### EXCERPTED DATA
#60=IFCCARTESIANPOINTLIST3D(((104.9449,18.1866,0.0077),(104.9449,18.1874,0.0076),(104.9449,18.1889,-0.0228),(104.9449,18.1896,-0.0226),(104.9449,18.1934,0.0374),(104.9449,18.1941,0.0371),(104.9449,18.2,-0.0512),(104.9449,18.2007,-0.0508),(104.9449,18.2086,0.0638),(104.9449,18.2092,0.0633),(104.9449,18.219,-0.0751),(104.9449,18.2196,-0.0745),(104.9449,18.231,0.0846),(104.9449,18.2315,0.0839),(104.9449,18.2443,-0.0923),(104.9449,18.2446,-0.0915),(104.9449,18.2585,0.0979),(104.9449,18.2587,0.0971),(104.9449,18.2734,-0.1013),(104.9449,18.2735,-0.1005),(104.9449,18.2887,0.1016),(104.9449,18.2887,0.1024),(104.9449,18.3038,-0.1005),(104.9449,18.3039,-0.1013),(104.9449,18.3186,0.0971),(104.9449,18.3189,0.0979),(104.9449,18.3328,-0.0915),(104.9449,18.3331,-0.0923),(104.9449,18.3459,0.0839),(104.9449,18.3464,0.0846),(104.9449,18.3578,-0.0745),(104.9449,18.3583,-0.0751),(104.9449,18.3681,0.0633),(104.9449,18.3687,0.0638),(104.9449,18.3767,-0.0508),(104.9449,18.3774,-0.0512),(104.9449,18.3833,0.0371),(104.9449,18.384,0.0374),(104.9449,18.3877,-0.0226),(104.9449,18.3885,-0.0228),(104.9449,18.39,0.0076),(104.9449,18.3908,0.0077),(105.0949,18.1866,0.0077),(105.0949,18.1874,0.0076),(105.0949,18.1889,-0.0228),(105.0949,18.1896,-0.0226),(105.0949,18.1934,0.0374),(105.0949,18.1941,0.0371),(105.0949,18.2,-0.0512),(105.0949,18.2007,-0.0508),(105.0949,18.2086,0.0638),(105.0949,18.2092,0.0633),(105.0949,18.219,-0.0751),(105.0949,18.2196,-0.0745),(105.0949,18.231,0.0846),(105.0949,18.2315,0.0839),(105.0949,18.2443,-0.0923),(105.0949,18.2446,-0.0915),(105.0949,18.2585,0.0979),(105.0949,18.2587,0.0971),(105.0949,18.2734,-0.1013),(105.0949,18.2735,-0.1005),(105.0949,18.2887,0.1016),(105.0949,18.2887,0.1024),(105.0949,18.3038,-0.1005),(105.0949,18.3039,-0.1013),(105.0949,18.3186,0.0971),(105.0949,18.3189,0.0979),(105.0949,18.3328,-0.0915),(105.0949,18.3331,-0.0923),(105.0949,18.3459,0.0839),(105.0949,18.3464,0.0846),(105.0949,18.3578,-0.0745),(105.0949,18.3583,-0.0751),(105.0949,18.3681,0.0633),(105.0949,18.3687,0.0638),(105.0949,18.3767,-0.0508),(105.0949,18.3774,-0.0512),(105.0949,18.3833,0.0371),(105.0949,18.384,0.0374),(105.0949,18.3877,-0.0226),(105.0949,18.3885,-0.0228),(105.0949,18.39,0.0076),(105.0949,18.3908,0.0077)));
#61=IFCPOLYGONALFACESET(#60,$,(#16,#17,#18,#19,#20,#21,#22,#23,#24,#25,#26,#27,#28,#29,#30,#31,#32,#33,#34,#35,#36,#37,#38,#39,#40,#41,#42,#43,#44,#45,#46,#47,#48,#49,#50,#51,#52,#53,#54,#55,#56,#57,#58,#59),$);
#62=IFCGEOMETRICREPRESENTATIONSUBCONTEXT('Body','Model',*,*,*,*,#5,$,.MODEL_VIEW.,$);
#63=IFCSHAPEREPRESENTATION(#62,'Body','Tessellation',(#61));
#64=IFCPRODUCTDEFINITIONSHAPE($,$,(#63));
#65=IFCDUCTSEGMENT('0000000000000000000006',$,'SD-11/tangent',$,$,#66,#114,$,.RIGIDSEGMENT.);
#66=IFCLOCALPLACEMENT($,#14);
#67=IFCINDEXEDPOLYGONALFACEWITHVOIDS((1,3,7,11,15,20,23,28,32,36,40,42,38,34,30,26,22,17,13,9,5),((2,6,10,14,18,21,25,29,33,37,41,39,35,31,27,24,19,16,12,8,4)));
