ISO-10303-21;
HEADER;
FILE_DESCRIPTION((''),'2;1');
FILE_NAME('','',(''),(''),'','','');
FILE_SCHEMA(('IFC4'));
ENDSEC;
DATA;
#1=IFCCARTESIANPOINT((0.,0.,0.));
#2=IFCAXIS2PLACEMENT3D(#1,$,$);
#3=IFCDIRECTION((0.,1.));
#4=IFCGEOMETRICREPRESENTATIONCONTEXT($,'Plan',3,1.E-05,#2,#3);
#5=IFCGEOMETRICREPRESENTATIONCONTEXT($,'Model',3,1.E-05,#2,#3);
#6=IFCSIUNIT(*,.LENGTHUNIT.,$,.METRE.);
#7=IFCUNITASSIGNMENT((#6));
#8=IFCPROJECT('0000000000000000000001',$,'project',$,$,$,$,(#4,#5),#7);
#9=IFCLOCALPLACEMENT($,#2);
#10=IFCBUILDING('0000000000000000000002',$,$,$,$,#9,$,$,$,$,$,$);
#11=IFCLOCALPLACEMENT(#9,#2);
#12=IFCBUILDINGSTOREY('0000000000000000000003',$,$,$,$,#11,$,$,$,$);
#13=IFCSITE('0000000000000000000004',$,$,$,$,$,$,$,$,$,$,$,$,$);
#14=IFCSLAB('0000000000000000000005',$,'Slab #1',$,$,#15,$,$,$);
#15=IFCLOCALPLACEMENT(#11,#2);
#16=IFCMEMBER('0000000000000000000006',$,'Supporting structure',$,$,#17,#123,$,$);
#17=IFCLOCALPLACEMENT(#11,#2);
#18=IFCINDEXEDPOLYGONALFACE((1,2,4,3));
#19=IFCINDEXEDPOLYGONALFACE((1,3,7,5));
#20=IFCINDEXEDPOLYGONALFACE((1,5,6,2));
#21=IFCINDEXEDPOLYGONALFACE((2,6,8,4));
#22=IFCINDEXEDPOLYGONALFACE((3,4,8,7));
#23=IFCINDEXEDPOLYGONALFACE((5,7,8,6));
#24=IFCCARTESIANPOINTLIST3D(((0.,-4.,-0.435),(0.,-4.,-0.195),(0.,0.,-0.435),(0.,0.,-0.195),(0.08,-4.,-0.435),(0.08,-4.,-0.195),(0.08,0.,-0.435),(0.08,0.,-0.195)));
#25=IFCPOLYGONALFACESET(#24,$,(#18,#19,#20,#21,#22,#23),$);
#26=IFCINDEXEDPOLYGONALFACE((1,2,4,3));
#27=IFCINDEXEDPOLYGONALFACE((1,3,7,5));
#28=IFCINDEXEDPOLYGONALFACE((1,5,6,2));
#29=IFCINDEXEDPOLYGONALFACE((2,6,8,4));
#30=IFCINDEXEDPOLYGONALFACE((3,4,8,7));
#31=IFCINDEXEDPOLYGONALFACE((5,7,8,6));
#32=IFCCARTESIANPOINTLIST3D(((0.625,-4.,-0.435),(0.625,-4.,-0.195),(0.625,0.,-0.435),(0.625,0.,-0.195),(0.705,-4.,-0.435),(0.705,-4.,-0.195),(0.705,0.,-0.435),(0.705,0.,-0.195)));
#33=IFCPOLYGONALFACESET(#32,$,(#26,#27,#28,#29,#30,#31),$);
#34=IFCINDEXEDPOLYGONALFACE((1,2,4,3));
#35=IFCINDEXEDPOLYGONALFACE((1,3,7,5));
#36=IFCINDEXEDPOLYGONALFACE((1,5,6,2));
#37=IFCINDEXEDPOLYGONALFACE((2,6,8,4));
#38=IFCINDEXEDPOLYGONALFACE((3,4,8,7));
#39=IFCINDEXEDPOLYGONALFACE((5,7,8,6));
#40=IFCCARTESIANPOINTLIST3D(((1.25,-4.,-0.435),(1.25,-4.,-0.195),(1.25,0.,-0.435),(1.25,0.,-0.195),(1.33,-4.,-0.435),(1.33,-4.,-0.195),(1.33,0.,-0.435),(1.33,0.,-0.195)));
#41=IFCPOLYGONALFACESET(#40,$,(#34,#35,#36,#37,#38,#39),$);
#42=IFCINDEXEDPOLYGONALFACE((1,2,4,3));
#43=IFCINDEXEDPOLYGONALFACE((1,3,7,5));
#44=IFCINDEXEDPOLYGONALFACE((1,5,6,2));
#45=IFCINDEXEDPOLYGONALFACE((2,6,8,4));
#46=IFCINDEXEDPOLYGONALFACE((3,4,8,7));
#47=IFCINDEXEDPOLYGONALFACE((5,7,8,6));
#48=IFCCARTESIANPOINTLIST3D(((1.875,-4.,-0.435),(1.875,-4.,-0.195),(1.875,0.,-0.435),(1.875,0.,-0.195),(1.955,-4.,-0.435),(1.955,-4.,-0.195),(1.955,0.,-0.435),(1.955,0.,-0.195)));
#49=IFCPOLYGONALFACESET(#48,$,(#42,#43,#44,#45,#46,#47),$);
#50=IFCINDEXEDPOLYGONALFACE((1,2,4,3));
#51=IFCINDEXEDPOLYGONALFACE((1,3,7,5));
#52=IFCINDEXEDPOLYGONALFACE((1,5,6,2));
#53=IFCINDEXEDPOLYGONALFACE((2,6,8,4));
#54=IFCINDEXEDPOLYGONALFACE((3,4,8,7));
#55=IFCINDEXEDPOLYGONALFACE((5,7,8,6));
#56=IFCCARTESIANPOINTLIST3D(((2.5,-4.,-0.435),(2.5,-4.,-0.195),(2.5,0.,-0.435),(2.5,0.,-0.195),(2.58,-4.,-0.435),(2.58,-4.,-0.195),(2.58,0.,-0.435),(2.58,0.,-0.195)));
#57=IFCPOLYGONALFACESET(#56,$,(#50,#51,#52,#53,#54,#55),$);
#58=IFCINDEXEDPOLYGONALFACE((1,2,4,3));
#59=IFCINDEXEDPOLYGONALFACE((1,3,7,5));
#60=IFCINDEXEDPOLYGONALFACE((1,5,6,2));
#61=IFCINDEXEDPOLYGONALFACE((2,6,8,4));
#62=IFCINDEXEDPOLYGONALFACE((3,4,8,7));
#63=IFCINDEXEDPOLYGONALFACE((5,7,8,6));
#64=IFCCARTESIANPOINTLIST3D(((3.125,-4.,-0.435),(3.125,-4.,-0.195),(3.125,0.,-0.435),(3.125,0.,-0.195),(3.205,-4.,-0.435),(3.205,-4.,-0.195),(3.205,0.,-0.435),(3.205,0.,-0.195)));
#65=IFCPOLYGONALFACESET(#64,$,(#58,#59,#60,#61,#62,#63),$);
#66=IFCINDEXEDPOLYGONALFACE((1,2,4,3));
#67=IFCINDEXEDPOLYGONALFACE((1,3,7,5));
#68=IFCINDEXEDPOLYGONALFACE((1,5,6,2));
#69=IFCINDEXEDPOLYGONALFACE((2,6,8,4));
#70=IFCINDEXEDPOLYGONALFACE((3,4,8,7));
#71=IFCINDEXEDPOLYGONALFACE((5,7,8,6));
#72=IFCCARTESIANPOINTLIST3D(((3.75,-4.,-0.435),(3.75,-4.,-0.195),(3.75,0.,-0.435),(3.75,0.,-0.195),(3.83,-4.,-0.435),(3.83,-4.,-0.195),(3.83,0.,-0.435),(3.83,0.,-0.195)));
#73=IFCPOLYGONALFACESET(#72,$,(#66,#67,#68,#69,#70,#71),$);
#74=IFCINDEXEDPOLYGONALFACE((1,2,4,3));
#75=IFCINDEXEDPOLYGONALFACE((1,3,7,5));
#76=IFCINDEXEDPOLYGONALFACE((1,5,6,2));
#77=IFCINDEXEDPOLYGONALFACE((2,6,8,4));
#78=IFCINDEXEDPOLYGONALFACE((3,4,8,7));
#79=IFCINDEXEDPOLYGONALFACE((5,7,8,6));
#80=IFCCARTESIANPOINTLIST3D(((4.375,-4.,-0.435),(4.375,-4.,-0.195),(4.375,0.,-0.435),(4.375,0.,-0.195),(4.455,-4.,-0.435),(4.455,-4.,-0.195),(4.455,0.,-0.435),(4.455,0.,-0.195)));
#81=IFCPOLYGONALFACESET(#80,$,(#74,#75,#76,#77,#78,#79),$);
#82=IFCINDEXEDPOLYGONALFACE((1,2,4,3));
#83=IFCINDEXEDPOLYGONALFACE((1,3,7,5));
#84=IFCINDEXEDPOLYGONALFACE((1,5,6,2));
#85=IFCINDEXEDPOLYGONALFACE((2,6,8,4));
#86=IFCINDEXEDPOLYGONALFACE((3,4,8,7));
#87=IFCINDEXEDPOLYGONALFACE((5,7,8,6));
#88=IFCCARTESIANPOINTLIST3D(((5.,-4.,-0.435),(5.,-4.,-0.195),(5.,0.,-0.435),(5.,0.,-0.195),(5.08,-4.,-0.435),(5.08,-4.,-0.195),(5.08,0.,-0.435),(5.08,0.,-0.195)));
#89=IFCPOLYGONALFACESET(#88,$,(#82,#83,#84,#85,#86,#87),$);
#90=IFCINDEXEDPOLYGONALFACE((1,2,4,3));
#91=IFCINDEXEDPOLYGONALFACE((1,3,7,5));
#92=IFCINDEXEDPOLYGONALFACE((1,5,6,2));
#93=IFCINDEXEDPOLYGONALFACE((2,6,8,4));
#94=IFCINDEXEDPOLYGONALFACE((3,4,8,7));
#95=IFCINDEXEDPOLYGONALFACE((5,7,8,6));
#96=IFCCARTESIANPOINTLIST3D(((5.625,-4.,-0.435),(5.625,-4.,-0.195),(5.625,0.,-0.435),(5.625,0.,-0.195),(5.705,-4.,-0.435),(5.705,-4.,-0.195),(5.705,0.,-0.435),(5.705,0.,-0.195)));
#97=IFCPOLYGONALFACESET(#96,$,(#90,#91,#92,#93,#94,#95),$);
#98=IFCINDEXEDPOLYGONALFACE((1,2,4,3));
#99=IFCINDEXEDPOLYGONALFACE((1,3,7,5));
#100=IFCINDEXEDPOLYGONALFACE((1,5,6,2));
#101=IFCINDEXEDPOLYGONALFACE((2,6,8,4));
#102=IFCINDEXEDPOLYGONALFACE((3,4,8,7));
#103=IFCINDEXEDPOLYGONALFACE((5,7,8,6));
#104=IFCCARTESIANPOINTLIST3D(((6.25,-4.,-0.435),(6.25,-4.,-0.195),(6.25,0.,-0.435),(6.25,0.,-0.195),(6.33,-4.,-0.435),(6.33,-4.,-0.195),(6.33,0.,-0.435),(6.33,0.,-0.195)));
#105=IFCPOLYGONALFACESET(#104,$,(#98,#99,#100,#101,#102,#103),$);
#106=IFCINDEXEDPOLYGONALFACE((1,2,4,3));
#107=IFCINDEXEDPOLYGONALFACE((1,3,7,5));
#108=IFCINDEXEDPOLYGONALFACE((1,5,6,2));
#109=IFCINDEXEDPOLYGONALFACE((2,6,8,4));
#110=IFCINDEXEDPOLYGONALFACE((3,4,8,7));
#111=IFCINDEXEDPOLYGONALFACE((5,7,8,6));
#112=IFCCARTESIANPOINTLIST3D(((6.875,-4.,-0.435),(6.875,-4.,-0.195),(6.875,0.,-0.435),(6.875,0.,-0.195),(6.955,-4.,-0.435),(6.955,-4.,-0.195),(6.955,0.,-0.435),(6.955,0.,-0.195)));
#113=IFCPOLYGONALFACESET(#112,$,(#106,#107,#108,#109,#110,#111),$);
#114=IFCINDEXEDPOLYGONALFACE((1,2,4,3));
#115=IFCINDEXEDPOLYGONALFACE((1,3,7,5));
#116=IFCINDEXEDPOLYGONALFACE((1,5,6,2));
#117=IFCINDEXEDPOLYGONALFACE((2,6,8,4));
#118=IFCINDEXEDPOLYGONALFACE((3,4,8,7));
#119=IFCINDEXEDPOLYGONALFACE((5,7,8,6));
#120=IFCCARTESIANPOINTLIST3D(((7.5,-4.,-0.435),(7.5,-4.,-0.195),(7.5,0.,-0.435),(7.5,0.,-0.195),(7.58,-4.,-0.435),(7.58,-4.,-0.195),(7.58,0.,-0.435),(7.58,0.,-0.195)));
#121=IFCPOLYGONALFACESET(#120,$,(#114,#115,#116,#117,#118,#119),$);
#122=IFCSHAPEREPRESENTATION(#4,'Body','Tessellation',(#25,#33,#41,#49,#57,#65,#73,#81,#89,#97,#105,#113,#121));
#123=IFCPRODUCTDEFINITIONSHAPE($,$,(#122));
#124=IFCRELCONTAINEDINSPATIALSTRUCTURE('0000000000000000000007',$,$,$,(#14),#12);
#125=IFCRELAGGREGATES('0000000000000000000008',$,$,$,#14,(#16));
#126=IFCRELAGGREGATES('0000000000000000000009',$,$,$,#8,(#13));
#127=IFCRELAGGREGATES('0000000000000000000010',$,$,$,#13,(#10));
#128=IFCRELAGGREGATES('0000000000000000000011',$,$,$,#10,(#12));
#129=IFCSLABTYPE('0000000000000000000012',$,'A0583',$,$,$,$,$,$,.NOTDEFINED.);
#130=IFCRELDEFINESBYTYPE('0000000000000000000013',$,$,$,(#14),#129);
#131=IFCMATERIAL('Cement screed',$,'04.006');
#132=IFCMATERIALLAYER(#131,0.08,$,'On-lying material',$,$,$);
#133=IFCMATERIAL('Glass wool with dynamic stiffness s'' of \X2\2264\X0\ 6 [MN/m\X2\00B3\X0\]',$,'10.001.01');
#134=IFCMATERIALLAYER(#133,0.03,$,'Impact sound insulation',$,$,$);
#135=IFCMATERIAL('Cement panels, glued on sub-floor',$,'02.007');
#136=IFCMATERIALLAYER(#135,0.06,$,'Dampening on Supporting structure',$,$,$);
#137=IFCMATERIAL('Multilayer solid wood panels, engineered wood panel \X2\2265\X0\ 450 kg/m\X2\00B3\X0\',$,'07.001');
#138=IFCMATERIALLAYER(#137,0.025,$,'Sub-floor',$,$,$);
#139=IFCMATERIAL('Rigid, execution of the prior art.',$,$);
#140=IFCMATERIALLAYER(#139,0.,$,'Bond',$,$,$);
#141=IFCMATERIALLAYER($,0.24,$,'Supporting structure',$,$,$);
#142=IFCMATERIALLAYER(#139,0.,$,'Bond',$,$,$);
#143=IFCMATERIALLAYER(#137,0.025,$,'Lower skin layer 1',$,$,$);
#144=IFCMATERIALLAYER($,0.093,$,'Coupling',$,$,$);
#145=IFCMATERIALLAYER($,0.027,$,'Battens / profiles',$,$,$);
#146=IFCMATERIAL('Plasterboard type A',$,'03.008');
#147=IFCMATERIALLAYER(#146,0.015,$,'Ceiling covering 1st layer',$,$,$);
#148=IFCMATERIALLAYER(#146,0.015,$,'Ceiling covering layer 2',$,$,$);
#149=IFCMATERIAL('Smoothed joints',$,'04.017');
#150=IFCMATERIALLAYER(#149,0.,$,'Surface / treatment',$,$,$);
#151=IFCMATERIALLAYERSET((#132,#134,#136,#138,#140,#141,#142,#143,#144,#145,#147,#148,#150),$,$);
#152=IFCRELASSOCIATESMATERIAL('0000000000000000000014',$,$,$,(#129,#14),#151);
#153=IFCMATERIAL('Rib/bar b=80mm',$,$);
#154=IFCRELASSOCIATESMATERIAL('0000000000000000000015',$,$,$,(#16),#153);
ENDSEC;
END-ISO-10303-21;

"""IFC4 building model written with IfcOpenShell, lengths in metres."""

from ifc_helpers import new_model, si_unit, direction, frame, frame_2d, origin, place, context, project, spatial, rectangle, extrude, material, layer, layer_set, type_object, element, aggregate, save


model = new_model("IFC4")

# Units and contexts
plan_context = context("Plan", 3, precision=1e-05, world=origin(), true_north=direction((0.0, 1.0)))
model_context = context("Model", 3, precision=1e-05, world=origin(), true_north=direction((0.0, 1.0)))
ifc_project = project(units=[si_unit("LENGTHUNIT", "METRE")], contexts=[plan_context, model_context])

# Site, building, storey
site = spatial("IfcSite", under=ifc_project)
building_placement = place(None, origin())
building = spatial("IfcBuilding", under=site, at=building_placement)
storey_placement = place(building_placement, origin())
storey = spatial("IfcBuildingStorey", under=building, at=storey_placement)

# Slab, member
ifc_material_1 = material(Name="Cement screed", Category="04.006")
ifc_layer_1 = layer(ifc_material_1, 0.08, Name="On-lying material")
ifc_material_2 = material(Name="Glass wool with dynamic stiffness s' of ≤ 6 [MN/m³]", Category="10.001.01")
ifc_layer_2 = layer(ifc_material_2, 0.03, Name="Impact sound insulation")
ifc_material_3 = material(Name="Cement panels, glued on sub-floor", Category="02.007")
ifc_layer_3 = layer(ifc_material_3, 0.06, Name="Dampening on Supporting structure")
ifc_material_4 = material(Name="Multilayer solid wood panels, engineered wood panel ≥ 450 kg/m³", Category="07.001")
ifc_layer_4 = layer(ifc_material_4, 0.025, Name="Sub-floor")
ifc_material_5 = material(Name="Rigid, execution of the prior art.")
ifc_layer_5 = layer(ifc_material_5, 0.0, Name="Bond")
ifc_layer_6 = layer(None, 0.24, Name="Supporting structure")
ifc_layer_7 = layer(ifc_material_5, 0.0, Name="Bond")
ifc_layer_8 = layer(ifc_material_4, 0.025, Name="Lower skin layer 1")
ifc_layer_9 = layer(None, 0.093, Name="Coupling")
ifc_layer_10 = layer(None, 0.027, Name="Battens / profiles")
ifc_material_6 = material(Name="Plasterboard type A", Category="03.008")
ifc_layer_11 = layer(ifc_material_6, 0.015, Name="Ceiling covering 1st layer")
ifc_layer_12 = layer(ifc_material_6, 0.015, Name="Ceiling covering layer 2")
--
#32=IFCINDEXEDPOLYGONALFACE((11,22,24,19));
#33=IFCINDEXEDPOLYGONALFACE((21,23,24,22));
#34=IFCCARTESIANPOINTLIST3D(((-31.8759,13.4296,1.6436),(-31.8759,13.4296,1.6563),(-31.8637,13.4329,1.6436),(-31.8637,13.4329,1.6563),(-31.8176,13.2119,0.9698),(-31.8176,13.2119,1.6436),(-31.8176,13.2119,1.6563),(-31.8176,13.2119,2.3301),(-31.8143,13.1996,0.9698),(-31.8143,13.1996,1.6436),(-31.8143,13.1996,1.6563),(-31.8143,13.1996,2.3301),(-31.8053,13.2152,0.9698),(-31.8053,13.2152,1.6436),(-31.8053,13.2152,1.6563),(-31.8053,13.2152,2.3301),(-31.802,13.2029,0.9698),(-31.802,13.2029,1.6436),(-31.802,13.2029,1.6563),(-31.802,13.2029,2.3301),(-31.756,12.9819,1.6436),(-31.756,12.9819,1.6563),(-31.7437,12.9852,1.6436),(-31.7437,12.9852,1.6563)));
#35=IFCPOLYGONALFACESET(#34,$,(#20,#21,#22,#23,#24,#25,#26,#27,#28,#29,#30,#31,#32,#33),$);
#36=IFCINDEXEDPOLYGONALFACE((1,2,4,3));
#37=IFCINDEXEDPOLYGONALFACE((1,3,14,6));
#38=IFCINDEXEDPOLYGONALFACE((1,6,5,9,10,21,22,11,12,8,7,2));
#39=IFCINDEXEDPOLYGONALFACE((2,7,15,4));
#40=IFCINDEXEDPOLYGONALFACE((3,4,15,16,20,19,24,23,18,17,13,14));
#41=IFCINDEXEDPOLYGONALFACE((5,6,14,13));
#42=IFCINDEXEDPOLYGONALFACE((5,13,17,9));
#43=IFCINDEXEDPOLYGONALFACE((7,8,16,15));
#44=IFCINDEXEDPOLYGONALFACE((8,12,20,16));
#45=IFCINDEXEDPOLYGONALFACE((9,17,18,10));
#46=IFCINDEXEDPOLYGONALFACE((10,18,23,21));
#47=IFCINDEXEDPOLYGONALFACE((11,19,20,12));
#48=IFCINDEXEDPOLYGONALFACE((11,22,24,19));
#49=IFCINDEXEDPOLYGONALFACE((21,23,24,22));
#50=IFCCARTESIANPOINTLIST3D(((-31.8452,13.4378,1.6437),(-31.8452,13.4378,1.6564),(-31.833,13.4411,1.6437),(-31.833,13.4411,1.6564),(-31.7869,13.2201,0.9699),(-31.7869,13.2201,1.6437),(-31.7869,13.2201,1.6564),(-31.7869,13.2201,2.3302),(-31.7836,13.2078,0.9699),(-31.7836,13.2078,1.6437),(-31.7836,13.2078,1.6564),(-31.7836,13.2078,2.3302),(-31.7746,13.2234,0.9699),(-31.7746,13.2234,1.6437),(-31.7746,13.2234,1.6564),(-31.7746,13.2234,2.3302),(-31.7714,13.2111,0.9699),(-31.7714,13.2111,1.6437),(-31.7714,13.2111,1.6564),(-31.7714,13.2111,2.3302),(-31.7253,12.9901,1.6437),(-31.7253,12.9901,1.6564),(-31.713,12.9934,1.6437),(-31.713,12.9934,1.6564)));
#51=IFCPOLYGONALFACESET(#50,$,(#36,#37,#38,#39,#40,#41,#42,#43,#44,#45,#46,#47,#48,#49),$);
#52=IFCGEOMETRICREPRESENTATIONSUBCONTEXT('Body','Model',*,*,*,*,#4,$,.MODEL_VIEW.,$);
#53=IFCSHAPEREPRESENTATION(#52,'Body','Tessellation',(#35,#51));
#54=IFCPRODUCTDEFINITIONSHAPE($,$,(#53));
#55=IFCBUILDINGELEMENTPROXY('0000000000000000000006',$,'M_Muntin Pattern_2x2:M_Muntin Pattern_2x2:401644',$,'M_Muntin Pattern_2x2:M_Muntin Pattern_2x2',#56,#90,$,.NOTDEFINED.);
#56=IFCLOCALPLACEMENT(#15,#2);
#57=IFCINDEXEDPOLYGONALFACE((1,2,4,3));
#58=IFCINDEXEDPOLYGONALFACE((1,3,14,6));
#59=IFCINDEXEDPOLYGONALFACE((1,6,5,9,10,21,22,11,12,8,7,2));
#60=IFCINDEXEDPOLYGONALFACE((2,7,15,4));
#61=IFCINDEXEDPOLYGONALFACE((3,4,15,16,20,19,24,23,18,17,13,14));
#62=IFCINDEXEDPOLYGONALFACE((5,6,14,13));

### PROBLEM
Using the listing above, show each line holding the string "IFCSHAPEREPRESENTATION".

### WRITTEN REPLY
#63=IFCSHAPEREPRESENTATION(#62,'Body','Tessellation',(#61));
#122=IFCSHAPEREPRESENTATION(#4,'Body','Tessellation',(#25,#33,#41,#49,#57,#65,#73,#81,#89,#97,#105,#113,#121));
#53=IFCSHAPEREPRESENTATION(#52,'Body','Tessellation',(#35,#51));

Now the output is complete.